Stored data entries =
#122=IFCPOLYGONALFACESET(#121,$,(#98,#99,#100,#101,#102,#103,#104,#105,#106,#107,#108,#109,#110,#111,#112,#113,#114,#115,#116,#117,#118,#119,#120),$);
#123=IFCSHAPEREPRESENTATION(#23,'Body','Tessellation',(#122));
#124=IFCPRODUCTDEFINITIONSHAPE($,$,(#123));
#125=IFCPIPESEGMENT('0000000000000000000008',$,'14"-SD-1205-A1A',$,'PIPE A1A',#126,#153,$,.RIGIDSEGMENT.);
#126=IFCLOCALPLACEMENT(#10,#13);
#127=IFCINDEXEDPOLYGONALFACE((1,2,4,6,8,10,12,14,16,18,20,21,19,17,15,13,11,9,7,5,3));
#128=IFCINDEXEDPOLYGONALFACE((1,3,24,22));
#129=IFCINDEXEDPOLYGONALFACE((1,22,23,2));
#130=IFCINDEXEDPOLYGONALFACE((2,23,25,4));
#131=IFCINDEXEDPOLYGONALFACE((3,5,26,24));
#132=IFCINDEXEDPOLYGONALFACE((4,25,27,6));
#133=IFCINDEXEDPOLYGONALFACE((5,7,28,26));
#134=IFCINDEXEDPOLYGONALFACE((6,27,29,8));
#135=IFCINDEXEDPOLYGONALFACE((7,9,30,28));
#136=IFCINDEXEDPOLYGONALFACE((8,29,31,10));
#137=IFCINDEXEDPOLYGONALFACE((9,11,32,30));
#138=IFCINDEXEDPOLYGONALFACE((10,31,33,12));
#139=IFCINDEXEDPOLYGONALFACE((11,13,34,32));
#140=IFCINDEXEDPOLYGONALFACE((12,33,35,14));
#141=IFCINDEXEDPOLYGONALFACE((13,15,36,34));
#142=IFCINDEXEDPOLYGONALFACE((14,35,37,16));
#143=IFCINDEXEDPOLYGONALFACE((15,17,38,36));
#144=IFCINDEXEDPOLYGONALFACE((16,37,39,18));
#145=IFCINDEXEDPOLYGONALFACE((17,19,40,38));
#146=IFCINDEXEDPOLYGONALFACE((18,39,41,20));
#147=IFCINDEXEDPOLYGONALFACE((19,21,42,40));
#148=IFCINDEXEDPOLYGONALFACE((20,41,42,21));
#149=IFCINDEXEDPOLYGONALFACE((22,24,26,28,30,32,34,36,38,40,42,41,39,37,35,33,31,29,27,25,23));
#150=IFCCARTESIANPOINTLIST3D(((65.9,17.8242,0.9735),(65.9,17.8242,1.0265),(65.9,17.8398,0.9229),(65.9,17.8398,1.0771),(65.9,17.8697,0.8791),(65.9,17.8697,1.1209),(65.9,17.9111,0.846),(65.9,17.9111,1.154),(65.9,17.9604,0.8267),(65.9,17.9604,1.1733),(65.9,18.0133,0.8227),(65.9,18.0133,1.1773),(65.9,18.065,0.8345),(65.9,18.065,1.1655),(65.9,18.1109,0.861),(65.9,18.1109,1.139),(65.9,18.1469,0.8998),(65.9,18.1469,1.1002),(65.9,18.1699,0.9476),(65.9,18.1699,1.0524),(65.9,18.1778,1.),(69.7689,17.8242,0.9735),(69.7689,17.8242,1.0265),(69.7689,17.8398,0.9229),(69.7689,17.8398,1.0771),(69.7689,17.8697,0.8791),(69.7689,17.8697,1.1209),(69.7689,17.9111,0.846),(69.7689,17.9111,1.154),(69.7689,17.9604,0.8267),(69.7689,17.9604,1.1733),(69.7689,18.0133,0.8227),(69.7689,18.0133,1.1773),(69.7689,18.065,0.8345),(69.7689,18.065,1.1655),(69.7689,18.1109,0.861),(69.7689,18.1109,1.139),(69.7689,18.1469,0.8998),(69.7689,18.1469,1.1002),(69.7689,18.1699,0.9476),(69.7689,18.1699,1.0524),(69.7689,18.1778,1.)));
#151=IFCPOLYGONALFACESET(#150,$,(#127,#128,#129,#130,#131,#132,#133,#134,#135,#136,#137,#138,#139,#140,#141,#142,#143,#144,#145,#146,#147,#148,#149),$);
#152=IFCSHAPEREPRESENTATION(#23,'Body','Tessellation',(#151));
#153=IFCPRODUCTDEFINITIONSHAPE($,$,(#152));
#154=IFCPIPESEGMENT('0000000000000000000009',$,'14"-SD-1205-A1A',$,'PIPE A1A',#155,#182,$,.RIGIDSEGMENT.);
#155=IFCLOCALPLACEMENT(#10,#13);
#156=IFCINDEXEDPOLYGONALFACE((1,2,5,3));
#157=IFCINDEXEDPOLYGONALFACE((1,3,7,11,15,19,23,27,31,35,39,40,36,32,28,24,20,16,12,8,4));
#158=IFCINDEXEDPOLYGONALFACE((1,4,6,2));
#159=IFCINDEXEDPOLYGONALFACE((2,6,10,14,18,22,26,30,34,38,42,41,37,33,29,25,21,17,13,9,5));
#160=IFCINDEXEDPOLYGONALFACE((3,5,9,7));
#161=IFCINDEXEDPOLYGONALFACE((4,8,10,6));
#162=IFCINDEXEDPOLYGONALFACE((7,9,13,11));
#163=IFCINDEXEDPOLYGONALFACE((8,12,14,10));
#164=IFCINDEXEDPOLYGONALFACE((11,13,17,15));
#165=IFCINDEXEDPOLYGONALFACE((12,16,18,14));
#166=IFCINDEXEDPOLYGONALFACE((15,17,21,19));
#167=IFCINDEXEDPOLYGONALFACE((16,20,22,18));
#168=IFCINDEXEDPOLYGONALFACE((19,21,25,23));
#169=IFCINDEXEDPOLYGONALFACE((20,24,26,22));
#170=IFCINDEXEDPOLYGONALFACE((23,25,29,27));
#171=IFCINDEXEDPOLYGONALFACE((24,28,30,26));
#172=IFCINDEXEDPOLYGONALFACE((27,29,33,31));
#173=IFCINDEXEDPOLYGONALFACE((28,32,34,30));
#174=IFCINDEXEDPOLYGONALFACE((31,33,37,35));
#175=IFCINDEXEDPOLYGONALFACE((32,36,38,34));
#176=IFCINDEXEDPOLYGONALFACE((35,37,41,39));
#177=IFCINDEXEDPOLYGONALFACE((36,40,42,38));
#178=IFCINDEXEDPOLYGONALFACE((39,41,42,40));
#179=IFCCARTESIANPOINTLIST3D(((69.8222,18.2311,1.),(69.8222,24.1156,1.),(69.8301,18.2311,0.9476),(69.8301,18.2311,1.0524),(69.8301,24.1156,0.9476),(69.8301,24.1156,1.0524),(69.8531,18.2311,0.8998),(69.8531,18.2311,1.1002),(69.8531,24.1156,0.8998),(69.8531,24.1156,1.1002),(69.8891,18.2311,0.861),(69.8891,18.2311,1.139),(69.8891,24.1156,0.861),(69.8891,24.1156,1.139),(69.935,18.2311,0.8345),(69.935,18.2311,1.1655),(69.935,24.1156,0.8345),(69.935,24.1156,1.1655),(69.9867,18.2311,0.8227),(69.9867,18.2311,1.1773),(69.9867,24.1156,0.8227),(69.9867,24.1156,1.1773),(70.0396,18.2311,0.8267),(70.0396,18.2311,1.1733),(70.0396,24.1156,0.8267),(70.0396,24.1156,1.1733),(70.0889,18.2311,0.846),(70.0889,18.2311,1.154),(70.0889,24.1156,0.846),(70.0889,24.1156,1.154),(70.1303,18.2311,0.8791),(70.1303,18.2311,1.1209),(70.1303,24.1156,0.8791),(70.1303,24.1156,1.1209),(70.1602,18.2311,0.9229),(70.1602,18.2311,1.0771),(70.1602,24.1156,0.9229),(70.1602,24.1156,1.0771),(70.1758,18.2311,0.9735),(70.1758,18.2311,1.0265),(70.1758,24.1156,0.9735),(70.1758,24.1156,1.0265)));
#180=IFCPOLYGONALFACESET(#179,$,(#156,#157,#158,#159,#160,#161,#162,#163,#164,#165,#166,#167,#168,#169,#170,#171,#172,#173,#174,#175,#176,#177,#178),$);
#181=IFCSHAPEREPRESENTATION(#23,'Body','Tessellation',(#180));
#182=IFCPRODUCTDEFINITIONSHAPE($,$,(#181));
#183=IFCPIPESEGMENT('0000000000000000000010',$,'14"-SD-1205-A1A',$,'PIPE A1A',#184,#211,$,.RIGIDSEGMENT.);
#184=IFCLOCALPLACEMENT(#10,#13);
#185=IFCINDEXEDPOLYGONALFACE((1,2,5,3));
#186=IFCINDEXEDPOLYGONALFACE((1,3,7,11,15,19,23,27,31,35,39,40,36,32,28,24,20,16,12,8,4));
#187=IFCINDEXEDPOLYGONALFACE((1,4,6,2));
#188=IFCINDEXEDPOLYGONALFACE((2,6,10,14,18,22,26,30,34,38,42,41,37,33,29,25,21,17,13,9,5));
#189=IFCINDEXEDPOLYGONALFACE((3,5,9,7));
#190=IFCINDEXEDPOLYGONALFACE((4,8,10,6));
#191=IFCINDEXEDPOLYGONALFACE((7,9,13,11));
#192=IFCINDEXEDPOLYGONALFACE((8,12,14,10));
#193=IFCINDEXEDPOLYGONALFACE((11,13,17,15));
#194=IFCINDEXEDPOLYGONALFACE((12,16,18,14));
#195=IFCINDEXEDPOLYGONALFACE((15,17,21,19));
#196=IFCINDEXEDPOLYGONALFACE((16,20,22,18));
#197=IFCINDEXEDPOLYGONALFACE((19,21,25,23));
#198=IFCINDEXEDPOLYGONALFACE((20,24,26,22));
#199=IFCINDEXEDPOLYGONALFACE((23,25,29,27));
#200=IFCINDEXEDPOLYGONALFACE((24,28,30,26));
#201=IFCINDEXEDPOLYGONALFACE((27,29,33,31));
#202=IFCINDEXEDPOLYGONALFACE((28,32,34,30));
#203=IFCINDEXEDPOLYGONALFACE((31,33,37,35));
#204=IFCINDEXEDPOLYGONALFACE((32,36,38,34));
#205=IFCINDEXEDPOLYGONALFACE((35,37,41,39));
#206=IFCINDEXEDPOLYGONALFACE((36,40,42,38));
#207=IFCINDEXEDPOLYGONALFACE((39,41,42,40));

What you have to do =
Starting with the first line of the records, repeat every line up to and including the one containing "#129=IFCINDEXEDPOLYGONALFACE((1,22,23,2));", and nothing else.

Task response =
#122=IFCPOLYGONALFACESET(#121,$,(#98,#99,#100,#101,#102,#103,#104,#105,#106,#107,#108,#109,#110,#111,#112,#113,#114,#115,#116,#117,#118,#119,#120),$);
#123=IFCSHAPEREPRESENTATION(#23,'Body','Tessellation',(#122));
#124=IFCPRODUCTDEFINITIONSHAPE($,$,(#123));
#125=IFCPIPESEGMENT('0000000000000000000008',$,'14"-SD-1205-A1A',$,'PIPE A1A',#126,#153,$,.RIGIDSEGMENT.);
#126=IFCLOCALPLACEMENT(#10,#13);
#127=IFCINDEXEDPOLYGONALFACE((1,2,4,6,8,10,12,14,16,18,20,21,19,17,15,13,11,9,7,5,3));
#128=IFCINDEXEDPOLYGONALFACE((1,3,24,22));
#129=IFCINDEXEDPOLYGONALFACE((1,22,23,2));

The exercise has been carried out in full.